(Exercise inputs)

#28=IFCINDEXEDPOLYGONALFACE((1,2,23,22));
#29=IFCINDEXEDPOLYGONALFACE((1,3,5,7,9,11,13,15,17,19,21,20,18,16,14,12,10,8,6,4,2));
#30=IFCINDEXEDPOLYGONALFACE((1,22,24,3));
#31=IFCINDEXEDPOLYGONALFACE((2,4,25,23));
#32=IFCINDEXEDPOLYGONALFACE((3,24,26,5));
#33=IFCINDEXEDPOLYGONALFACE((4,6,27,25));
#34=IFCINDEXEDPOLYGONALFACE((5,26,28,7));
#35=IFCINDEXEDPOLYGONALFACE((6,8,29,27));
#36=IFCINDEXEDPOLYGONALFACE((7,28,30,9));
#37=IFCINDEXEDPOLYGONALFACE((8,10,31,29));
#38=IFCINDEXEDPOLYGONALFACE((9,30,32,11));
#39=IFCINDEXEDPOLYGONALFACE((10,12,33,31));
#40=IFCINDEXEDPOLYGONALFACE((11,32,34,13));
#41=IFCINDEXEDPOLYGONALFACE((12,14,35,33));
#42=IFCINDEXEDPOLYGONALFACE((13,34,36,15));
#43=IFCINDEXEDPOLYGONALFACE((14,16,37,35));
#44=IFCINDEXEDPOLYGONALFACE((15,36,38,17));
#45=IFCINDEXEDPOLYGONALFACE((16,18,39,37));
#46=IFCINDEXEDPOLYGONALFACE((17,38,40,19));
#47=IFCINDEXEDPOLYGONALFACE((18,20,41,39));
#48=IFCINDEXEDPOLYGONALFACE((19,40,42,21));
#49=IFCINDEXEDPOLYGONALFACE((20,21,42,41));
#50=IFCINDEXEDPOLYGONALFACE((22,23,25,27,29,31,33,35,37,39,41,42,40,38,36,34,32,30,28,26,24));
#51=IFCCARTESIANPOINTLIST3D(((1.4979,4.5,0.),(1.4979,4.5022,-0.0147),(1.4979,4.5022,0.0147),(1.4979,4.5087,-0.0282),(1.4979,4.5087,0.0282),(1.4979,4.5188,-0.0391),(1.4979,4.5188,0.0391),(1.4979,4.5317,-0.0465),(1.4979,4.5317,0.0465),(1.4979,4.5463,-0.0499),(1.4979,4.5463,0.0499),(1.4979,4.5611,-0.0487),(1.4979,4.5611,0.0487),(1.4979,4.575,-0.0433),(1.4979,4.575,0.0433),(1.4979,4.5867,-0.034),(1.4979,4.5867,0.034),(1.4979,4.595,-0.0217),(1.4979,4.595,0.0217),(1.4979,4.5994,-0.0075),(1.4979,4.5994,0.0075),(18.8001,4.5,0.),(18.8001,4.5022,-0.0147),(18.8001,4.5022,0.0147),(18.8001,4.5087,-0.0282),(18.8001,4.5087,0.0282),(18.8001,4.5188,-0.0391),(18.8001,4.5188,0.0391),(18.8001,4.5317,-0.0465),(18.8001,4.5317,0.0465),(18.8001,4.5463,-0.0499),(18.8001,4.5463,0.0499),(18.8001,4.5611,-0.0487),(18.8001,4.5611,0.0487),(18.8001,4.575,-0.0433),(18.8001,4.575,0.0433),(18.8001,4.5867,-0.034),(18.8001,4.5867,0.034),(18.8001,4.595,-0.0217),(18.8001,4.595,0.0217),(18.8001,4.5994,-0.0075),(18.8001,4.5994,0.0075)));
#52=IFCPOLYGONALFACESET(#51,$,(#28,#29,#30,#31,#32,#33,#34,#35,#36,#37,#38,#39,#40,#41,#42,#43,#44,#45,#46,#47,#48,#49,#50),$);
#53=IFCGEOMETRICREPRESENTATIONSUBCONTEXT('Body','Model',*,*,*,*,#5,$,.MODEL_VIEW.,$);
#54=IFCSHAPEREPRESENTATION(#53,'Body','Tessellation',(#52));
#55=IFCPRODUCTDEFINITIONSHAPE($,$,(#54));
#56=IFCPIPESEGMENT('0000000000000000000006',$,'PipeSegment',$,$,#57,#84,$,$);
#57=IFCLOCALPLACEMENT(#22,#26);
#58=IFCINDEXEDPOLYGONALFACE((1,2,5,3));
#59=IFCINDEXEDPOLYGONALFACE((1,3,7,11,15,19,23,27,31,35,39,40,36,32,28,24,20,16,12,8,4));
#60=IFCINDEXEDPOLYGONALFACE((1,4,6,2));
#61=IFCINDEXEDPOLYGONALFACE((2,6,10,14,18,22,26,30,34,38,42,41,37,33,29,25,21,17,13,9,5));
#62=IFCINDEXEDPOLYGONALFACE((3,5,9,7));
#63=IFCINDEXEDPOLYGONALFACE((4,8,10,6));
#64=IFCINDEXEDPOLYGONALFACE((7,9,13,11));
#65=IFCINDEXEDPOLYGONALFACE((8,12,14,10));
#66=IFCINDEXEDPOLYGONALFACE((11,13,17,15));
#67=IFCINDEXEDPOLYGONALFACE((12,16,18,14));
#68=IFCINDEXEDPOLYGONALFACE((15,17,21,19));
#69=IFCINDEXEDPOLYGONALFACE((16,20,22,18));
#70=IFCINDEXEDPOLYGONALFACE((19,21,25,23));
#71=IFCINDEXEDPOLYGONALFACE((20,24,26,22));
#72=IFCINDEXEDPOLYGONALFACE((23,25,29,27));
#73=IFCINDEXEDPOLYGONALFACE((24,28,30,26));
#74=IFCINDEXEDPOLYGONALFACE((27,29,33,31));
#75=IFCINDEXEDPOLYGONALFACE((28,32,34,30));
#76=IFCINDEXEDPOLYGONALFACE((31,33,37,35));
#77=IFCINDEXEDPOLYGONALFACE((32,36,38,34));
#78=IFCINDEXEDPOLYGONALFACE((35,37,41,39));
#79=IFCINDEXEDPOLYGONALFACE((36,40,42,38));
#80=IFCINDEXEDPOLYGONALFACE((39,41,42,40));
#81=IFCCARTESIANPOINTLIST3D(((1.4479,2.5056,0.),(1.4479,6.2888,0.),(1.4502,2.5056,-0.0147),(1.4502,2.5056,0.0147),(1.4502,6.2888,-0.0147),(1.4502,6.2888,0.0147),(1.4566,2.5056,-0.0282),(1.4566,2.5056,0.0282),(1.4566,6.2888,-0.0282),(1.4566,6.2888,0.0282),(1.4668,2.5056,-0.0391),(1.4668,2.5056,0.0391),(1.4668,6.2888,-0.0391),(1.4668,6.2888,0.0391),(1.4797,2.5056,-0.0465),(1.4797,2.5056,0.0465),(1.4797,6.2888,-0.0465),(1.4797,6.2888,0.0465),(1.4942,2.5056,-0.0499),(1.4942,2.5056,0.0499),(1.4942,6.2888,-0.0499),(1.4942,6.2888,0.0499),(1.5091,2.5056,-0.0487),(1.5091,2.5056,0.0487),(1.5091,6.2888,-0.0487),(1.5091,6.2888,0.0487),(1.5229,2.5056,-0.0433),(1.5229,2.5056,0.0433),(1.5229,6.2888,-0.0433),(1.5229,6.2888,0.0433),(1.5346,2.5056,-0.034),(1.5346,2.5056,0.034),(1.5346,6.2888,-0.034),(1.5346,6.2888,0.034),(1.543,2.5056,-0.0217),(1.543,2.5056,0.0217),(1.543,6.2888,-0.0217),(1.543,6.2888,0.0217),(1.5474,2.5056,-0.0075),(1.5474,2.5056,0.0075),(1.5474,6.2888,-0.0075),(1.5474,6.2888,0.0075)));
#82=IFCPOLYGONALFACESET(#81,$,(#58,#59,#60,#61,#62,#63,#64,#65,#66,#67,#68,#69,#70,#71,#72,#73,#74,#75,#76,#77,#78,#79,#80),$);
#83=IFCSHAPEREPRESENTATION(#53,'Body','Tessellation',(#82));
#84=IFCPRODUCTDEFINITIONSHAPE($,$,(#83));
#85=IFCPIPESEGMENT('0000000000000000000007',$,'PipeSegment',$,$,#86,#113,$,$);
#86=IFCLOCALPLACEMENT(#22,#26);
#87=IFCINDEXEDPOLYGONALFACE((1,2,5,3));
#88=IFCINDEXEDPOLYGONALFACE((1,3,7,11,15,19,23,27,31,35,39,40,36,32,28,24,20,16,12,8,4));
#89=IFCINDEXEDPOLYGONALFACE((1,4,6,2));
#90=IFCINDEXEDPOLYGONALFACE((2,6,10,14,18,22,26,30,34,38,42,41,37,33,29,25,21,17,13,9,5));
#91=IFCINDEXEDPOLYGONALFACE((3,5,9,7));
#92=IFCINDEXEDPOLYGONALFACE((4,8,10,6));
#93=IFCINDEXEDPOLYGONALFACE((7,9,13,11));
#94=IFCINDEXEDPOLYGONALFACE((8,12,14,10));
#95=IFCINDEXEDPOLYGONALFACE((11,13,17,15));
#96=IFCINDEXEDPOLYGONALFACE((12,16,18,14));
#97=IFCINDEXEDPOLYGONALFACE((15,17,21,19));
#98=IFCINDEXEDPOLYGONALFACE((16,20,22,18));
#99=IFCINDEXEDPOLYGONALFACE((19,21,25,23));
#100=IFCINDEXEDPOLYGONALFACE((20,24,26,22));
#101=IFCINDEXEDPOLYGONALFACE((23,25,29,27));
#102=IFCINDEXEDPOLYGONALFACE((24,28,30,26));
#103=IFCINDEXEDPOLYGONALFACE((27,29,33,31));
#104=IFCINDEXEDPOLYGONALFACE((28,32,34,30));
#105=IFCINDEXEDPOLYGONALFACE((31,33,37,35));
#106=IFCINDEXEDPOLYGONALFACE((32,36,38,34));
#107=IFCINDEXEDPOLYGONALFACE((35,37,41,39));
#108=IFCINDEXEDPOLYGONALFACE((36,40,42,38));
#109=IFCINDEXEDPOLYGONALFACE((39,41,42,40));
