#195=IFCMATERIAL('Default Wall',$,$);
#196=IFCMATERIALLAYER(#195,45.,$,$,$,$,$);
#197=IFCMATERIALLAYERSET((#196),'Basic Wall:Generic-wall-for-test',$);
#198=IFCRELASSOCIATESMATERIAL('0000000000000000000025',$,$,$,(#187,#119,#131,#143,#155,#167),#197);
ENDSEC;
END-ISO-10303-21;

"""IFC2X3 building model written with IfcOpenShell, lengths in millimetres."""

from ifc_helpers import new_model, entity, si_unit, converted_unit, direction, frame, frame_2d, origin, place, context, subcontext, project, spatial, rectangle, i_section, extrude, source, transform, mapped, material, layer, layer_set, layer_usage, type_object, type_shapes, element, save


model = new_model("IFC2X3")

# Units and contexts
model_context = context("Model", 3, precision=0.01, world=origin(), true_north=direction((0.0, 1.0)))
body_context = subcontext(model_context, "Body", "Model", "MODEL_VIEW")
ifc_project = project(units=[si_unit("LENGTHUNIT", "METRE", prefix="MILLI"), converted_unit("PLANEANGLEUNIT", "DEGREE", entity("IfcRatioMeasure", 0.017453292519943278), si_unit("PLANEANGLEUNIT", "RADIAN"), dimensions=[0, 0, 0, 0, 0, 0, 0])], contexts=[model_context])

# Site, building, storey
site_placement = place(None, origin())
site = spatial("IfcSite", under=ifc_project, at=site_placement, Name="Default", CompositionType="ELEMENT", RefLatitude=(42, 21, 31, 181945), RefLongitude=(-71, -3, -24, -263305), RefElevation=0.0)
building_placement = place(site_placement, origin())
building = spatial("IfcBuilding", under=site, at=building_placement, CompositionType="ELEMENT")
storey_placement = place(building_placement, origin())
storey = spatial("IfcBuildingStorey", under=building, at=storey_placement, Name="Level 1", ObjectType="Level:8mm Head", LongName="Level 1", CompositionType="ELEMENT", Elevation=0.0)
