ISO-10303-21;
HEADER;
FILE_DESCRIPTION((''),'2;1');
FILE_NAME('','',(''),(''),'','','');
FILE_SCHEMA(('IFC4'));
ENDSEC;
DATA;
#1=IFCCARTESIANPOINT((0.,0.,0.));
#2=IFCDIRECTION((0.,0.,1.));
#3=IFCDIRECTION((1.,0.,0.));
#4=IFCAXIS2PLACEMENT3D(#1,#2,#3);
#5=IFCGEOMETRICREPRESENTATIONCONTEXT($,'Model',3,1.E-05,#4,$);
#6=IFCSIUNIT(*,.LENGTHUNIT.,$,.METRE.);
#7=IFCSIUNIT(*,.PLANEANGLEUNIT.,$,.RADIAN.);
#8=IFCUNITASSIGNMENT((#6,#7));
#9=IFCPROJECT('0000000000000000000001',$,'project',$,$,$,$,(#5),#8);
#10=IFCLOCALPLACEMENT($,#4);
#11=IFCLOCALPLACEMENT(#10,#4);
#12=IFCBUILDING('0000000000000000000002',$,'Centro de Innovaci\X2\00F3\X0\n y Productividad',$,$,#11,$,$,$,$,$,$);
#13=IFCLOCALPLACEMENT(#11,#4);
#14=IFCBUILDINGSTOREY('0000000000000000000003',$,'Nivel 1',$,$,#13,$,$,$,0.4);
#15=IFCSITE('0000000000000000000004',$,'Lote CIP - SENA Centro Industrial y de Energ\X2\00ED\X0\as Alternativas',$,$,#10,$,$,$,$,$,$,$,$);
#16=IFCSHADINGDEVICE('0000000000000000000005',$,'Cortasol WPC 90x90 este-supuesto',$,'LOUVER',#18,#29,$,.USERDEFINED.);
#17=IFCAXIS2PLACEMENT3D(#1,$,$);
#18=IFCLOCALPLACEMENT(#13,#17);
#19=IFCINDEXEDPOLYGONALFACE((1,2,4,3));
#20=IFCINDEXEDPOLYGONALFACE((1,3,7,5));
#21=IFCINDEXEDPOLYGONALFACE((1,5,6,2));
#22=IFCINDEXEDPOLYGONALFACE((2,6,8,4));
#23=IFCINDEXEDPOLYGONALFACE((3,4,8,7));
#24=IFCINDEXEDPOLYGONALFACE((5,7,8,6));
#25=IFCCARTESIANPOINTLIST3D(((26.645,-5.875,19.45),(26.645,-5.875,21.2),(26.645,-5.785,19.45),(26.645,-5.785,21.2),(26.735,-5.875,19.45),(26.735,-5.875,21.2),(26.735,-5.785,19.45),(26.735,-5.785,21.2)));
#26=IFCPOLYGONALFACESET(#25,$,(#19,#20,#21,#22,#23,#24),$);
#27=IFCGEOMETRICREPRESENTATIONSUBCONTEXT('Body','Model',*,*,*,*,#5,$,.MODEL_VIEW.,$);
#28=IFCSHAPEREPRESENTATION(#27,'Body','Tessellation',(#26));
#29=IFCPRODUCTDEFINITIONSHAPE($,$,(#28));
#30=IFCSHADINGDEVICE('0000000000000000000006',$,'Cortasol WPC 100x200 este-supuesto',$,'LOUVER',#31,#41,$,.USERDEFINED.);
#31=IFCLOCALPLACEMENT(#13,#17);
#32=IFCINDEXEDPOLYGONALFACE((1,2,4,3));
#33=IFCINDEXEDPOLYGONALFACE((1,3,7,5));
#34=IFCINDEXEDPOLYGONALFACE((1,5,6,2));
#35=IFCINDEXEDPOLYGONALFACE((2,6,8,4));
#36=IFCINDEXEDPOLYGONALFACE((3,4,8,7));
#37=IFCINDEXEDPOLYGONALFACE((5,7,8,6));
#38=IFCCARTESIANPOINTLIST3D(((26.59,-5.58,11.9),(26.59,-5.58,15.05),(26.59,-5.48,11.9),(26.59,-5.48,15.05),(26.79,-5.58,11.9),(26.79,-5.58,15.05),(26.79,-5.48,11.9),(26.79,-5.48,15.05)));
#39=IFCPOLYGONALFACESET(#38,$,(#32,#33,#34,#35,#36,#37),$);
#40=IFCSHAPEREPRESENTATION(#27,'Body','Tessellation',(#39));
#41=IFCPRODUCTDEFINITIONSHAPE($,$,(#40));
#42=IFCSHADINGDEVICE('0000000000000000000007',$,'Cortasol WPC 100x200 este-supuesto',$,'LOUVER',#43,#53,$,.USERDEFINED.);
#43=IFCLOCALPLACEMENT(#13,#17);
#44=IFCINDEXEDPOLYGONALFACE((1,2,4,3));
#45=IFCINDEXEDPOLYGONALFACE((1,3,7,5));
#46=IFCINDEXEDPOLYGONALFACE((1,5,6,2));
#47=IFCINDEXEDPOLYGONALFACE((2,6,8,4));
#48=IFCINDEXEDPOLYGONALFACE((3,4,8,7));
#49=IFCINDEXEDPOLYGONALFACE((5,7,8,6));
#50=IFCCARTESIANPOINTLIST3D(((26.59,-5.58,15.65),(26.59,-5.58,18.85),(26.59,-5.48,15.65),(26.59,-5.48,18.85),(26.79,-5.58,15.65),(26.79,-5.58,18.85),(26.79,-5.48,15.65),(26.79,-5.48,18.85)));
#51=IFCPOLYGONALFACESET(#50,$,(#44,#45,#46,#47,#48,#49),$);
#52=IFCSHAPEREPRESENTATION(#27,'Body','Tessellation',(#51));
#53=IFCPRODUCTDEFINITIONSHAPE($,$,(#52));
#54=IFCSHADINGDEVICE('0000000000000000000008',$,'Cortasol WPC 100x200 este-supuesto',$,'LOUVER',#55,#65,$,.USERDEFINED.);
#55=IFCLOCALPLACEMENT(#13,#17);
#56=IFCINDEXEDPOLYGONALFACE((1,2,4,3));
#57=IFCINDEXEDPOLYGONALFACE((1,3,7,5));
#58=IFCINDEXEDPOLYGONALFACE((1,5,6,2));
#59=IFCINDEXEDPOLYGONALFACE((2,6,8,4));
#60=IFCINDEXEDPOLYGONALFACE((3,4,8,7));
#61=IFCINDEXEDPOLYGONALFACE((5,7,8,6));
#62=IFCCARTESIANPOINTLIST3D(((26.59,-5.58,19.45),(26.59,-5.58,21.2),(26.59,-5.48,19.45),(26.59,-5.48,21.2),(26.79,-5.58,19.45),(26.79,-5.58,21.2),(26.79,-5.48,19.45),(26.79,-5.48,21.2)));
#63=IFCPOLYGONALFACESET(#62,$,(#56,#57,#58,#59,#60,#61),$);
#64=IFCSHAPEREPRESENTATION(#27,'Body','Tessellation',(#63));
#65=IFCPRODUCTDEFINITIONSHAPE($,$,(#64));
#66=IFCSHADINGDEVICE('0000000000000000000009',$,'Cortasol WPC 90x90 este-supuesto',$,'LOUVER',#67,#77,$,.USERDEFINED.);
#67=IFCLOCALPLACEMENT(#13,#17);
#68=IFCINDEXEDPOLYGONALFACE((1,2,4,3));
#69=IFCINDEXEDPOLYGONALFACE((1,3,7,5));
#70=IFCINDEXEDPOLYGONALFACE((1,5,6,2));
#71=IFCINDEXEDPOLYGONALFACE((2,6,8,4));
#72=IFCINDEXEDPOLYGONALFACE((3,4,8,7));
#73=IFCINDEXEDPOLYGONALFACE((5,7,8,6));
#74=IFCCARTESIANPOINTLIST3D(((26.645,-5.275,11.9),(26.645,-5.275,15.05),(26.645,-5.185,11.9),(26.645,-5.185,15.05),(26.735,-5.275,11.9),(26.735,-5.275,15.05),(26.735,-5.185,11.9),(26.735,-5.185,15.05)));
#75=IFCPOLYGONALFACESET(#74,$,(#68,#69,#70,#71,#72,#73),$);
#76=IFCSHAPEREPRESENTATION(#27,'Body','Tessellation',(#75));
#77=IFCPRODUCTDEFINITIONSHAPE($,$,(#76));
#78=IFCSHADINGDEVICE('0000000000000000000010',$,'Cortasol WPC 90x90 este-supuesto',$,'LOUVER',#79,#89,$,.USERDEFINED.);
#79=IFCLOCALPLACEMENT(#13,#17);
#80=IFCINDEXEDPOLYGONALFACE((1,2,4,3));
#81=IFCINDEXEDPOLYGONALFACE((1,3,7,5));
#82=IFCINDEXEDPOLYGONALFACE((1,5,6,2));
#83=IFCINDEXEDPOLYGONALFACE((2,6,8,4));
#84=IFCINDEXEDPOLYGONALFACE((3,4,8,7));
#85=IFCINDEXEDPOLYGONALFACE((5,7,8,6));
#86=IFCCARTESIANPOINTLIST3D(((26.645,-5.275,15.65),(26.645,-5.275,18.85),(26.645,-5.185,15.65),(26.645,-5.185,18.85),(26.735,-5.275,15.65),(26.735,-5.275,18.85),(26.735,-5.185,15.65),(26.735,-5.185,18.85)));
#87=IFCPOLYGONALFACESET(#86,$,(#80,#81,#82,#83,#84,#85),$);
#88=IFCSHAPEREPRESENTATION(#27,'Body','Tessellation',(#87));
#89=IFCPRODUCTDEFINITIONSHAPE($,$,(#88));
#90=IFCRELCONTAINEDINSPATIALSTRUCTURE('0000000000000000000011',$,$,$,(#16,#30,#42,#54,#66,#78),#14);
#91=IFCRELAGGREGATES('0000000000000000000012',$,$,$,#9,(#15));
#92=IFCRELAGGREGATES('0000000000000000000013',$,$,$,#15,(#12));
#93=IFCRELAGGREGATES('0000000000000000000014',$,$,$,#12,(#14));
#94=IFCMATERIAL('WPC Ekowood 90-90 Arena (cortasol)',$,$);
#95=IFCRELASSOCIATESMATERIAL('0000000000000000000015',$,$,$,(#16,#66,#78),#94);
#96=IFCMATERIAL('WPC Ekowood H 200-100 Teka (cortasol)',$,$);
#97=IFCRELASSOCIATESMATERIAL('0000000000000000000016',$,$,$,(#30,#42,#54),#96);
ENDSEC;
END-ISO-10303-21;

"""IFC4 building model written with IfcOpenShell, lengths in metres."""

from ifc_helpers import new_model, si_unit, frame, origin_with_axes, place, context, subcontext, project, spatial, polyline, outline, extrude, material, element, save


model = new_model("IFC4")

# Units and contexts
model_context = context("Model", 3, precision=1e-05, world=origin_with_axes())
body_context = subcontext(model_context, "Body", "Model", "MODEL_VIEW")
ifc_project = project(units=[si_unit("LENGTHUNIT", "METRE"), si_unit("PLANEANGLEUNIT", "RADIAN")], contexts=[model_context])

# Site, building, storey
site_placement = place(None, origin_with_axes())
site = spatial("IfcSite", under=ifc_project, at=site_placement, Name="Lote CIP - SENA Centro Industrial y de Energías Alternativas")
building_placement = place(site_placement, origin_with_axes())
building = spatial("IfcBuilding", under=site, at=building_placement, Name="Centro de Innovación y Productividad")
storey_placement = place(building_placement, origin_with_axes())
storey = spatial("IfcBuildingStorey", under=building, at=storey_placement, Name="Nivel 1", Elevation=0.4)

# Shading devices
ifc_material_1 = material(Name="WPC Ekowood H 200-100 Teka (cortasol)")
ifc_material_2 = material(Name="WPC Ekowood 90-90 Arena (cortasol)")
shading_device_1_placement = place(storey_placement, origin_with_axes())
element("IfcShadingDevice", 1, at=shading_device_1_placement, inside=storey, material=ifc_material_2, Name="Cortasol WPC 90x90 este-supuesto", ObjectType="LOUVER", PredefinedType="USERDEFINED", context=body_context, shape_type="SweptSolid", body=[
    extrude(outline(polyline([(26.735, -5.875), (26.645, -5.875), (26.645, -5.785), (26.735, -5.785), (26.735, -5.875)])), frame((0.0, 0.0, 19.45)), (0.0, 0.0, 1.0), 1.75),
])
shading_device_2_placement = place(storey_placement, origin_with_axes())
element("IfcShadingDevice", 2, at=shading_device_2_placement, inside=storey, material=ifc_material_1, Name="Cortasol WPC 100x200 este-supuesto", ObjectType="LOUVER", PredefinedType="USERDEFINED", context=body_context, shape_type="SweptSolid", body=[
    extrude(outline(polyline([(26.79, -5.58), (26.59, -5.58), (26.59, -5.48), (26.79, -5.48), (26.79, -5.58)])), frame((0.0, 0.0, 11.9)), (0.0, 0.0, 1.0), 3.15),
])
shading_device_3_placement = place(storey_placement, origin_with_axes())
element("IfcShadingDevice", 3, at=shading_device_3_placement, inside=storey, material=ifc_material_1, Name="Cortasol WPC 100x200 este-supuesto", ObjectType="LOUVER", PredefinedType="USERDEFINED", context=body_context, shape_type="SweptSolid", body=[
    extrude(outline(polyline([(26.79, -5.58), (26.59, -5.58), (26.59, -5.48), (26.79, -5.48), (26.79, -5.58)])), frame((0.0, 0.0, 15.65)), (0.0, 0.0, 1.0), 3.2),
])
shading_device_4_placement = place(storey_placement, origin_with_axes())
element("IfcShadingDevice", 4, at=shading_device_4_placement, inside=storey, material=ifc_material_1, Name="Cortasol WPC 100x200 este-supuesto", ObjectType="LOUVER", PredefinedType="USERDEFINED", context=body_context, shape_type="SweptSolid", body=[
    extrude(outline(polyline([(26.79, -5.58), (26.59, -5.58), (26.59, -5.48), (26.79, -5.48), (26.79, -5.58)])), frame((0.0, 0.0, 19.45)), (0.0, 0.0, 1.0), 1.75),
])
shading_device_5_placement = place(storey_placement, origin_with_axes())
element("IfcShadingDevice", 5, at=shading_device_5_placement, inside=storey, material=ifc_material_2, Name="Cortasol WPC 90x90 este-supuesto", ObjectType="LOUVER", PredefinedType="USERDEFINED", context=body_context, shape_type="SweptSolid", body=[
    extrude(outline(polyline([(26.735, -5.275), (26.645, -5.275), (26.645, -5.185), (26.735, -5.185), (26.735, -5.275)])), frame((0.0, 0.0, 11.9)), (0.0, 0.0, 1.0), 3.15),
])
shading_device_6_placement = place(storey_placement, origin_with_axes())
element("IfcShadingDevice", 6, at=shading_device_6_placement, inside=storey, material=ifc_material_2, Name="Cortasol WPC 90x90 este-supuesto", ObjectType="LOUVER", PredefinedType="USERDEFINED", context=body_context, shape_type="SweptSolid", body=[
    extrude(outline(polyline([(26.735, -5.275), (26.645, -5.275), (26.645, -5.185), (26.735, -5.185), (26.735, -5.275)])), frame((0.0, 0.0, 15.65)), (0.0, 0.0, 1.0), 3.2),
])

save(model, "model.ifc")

(End Exercise inputs)

Task description: The lines above from the one with "#58=IFCINDEXEDPOLYGONALFACE((1,5,6,2));" through the one with "#65=IFCPRODUCTDEFINITIONSHAPE($,$,(#64));" are to be duplicated exactly, ends included, with nothing added.

Answer section:
#58=IFCINDEXEDPOLYGONALFACE((1,5,6,2));
#59=IFCINDEXEDPOLYGONALFACE((2,6,8,4));
#60=IFCINDEXEDPOLYGONALFACE((3,4,8,7));
#61=IFCINDEXEDPOLYGONALFACE((5,7,8,6));
#62=IFCCARTESIANPOINTLIST3D(((26.59,-5.58,19.45),(26.59,-5.58,21.2),(26.59,-5.48,19.45),(26.59,-5.48,21.2),(26.79,-5.58,19.45),(26.79,-5.58,21.2),(26.79,-5.48,19.45),(26.79,-5.48,21.2)));
#63=IFCPOLYGONALFACESET(#62,$,(#56,#57,#58,#59,#60,#61),$);
#64=IFCSHAPEREPRESENTATION(#27,'Body','Tessellation',(#63));
#65=IFCPRODUCTDEFINITIONSHAPE($,$,(#64));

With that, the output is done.